> **ASSIGNED TASK**: Look through the listing below for lines containing the word "IFCPRODUCTDEFINITIONSHAPE". State only their number.
DATASET EXTRACT START
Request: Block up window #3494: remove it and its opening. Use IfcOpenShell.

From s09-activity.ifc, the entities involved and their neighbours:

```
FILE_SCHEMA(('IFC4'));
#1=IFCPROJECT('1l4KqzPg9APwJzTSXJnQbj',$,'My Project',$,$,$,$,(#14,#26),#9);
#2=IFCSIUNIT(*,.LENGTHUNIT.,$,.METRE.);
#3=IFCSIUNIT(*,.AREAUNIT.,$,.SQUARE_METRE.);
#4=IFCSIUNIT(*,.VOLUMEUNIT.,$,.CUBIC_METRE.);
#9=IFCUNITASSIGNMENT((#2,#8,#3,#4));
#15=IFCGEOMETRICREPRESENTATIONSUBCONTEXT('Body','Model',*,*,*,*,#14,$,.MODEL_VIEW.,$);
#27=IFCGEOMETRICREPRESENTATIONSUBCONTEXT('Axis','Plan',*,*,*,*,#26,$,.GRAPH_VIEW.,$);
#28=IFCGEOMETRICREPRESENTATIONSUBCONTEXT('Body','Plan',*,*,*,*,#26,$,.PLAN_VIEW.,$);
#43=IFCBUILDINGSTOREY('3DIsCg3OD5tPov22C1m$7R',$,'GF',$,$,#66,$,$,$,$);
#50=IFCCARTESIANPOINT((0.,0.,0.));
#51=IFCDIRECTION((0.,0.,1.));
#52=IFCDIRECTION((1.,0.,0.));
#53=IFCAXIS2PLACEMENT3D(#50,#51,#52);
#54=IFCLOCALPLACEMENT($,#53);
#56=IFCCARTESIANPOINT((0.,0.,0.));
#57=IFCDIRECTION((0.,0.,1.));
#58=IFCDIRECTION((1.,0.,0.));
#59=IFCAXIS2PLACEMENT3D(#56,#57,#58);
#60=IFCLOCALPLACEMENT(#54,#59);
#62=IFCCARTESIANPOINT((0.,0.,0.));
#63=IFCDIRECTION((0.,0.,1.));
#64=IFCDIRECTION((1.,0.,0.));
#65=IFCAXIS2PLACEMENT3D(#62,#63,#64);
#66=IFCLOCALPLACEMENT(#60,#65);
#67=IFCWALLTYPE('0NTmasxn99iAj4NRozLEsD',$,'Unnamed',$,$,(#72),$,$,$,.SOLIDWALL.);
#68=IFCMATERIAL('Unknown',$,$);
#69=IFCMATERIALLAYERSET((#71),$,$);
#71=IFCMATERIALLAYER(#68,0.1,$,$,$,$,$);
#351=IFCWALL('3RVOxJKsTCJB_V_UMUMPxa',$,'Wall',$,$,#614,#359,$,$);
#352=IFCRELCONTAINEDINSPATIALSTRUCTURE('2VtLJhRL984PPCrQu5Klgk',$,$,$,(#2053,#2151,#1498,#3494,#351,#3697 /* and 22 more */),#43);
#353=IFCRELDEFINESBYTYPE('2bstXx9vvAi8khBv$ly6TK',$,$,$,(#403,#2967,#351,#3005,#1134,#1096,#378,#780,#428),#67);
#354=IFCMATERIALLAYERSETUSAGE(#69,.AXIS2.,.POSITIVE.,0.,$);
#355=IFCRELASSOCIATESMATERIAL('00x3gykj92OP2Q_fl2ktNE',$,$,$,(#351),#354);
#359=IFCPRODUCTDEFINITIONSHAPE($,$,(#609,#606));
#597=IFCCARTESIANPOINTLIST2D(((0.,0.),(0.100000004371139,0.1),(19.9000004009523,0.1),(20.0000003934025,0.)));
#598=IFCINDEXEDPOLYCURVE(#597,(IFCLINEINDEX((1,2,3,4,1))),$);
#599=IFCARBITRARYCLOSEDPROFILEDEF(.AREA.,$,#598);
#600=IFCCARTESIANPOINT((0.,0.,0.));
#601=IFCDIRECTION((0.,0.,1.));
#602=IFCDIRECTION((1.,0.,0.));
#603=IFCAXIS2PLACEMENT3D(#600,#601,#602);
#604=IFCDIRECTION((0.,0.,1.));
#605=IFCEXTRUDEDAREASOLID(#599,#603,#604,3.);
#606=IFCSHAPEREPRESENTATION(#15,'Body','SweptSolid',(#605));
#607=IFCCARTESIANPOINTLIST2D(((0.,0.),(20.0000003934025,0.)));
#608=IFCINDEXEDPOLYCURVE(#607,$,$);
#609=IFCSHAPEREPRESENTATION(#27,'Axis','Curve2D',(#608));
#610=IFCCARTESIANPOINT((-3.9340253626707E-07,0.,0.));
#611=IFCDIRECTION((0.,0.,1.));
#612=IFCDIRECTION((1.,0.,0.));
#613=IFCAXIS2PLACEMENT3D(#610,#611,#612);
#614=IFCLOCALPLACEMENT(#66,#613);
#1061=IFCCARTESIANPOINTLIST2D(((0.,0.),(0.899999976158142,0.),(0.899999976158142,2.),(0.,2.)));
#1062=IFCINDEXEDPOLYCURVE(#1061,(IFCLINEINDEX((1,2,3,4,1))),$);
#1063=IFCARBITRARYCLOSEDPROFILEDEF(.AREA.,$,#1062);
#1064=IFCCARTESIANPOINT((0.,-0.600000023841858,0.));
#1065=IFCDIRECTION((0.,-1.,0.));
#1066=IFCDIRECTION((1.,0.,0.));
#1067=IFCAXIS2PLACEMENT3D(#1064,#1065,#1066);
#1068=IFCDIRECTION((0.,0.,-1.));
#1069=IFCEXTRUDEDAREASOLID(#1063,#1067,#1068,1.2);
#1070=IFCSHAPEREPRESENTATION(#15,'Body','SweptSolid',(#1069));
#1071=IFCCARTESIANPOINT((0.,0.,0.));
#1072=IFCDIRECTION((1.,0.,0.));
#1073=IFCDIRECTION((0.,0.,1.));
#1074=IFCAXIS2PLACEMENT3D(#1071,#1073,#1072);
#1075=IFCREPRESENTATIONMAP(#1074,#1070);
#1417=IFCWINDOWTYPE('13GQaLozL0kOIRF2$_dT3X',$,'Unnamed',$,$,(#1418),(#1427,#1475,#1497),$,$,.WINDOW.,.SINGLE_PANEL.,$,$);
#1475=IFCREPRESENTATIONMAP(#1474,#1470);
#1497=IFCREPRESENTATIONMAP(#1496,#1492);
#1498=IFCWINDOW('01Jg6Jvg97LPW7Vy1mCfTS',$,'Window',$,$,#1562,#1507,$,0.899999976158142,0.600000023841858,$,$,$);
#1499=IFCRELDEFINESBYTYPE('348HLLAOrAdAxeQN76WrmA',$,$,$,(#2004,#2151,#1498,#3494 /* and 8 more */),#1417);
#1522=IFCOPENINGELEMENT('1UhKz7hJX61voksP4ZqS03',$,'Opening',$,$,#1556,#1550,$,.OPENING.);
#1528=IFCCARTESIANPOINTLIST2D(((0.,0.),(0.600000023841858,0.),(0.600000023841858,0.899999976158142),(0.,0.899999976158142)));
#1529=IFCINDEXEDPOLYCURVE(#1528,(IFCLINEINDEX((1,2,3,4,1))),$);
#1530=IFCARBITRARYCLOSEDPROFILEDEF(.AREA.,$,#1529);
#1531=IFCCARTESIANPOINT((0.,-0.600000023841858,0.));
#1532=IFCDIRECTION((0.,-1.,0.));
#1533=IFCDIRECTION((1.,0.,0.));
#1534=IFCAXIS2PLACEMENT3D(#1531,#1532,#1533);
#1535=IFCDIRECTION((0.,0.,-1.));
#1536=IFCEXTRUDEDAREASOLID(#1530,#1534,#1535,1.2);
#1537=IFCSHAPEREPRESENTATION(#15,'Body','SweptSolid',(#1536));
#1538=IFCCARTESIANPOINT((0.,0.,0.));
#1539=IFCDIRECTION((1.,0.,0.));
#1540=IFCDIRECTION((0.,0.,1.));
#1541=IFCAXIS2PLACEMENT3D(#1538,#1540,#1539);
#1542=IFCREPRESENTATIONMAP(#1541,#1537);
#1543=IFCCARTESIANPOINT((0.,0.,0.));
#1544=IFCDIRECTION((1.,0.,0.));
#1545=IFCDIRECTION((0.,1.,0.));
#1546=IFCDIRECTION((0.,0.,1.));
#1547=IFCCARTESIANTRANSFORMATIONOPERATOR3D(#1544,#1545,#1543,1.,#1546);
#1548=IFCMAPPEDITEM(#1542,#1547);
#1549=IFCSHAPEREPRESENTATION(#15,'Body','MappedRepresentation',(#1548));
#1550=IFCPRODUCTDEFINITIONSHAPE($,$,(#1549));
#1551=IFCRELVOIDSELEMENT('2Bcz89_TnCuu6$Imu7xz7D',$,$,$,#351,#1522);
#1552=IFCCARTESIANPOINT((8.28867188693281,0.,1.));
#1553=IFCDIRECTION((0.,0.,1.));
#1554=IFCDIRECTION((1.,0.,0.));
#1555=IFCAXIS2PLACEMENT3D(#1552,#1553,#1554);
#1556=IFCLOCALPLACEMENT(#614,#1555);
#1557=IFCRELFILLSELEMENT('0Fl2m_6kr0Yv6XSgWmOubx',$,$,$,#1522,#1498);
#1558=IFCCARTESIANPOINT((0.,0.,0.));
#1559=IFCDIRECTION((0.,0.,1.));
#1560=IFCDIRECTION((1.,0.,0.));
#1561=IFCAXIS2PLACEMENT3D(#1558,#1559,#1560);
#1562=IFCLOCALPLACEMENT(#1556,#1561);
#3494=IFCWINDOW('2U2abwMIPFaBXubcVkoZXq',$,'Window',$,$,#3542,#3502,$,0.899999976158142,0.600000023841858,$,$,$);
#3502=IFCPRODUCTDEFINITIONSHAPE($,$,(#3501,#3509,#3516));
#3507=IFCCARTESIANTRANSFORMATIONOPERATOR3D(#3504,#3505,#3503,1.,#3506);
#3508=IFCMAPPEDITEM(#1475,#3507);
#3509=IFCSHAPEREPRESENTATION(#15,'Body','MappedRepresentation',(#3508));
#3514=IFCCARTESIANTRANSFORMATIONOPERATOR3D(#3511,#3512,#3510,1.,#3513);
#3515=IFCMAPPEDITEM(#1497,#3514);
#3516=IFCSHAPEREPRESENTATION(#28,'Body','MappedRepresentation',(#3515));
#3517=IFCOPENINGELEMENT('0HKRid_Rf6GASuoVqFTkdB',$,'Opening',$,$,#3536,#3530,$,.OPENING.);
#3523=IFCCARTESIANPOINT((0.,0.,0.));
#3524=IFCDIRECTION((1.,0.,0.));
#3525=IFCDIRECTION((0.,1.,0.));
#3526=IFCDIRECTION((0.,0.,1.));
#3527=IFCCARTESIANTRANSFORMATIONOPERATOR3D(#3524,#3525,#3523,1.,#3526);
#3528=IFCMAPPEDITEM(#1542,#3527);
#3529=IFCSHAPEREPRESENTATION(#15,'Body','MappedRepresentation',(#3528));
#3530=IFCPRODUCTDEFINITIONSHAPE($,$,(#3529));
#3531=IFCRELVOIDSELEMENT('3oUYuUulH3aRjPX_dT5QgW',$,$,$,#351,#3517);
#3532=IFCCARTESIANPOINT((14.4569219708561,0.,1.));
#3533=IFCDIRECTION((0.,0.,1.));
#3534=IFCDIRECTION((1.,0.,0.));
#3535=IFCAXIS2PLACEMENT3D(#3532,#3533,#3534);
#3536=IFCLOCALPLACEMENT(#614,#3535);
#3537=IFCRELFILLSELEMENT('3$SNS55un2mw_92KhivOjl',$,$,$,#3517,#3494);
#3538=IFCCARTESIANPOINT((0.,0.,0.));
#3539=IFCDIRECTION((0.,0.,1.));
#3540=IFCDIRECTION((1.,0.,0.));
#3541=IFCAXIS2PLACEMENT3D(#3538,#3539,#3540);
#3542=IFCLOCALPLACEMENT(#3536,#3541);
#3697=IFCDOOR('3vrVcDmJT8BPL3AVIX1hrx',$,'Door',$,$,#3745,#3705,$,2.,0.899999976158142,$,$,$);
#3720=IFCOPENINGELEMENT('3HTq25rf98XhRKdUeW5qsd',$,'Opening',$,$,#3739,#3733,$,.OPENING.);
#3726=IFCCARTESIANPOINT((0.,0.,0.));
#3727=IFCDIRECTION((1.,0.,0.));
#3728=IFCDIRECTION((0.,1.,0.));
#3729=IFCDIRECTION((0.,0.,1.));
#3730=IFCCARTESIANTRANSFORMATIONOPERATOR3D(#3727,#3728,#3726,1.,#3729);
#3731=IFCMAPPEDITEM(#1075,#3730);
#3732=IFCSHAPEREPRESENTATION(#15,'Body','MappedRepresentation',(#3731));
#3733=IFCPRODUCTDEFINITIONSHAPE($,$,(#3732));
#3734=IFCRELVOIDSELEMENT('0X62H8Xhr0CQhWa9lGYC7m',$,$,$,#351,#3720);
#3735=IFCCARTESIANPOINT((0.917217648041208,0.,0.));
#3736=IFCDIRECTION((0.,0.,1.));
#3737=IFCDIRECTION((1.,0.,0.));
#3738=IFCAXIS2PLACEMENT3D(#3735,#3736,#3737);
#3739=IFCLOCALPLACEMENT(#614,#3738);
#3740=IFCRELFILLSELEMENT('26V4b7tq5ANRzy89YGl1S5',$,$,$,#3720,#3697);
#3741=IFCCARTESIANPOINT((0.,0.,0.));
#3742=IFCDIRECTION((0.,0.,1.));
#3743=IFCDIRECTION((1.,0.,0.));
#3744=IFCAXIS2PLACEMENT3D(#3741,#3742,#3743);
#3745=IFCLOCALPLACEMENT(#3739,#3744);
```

```python
import ifcopenshell
import ifcopenshell.api.feature
import ifcopenshell.api.root
import ifcopenshell.geom
import ifcopenshell.util.shape

model = ifcopenshell.open("s09-activity.ifc")
settings = ifcopenshell.geom.settings()


def volume(element):
    """Net volume in cubic metres, openings subtracted."""
    shape = ifcopenshell.geom.create_shape(settings, element)
    return ifcopenshell.util.shape.get_volume(shape.geometry)


window = model.by_guid("2U2abwMIPFaBXubcVkoZXq")
opening = window.FillsVoids[0].RelatingOpeningElement
wall = opening.VoidsElements[0].RelatingBuildingElement
before = volume(wall)

ifcopenshell.api.root.remove_product(model, product=window)
ifcopenshell.api.feature.remove_feature(model, feature=opening)

after = volume(wall)

print(f"wall volume {before:.3f} -> {after:.3f} m3")

model.write("s09-activity_updated.ifc")
```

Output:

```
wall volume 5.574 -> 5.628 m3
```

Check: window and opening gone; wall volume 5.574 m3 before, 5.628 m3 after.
DATASET EXTRACT END
> **TASK SOLUTION**: 5